Task data:
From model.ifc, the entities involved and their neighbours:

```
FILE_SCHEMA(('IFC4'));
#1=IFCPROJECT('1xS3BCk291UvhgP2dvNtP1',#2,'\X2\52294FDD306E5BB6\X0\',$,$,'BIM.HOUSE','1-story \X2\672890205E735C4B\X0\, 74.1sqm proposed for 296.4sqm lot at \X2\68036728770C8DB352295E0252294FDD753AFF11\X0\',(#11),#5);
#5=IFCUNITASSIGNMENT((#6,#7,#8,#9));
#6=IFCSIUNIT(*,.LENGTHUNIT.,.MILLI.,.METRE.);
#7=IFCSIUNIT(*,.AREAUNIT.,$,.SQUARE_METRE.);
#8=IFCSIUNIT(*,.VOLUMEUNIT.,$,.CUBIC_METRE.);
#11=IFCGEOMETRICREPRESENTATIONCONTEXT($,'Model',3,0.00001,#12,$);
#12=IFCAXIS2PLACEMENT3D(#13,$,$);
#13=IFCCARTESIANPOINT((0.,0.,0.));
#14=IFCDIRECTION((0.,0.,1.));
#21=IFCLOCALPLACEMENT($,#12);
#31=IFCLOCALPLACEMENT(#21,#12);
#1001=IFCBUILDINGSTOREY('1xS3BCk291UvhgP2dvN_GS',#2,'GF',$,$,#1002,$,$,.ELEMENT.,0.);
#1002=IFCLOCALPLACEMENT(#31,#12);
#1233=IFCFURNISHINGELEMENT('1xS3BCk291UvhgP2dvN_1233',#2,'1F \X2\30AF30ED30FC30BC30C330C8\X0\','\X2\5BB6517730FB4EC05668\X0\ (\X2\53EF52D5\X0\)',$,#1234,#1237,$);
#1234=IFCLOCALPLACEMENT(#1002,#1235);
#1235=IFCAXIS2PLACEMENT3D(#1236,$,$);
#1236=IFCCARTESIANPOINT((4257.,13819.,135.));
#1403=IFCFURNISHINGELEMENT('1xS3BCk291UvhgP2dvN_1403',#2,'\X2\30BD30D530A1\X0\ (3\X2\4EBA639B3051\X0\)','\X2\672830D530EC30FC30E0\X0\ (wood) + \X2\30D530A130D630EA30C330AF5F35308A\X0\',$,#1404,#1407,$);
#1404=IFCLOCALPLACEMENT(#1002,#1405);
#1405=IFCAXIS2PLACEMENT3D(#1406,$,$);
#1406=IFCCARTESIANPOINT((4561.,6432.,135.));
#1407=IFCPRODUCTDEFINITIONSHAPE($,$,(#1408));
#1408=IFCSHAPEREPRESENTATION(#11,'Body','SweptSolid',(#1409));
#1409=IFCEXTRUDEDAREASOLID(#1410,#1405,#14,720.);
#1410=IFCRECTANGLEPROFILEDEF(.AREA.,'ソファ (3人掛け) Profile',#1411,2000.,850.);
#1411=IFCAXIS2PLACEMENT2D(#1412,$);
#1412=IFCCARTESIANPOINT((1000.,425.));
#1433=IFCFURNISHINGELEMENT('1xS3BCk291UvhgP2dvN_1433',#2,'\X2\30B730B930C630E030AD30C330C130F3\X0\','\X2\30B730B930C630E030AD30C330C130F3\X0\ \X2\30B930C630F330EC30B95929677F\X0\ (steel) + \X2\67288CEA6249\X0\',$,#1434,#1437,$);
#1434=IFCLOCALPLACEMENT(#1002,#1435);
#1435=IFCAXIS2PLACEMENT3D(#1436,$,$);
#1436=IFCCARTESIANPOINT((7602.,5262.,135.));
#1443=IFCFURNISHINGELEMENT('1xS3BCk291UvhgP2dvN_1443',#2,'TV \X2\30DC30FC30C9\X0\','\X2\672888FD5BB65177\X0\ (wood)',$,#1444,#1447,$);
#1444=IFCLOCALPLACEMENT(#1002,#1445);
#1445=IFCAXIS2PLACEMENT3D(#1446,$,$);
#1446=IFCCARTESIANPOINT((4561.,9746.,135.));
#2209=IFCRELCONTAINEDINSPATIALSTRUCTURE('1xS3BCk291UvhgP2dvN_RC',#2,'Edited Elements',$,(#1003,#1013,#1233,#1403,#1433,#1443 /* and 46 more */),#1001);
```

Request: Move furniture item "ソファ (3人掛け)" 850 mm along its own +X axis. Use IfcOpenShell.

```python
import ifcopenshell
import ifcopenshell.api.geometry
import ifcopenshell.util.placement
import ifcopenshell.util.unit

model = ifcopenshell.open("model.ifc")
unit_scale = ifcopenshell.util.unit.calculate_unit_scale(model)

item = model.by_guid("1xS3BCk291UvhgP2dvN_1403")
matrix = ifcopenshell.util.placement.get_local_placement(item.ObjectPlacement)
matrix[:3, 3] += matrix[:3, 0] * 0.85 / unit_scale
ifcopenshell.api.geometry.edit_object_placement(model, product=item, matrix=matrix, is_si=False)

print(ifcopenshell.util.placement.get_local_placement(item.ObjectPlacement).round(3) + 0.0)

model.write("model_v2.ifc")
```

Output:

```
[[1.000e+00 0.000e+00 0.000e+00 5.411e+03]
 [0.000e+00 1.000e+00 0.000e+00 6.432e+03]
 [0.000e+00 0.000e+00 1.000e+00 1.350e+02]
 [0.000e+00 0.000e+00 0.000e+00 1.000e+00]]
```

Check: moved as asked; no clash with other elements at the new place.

Work required: Your answer should consist of the lines above that hold the word "IFCFURNISHINGELEMENT".

Reply:
#1233=IFCFURNISHINGELEMENT('1xS3BCk291UvhgP2dvN_1233',#2,'1F \X2\30AF30ED30FC30BC30C330C8\X0\','\X2\5BB6517730FB4EC05668\X0\ (\X2\53EF52D5\X0\)',$,#1234,#1237,$);
#1403=IFCFURNISHINGELEMENT('1xS3BCk291UvhgP2dvN_1403',#2,'\X2\30BD30D530A1\X0\ (3\X2\4EBA639B3051\X0\)','\X2\672830D530EC30FC30E0\X0\ (wood) + \X2\30D530A130D630EA30C330AF5F35308A\X0\',$,#1404,#1407,$);
#1433=IFCFURNISHINGELEMENT('1xS3BCk291UvhgP2dvN_1433',#2,'\X2\30B730B930C630E030AD30C330C130F3\X0\','\X2\30B730B930C630E030AD30C330C130F3\X0\ \X2\30B930C630F330EC30B95929677F\X0\ (steel) + \X2\67288CEA6249\X0\',$,#1434,#1437,$);
#1443=IFCFURNISHINGELEMENT('1xS3BCk291UvhgP2dvN_1443',#2,'TV \X2\30DC30FC30C9\X0\','\X2\672888FD5BB65177\X0\ (wood)',$,#1444,#1447,$);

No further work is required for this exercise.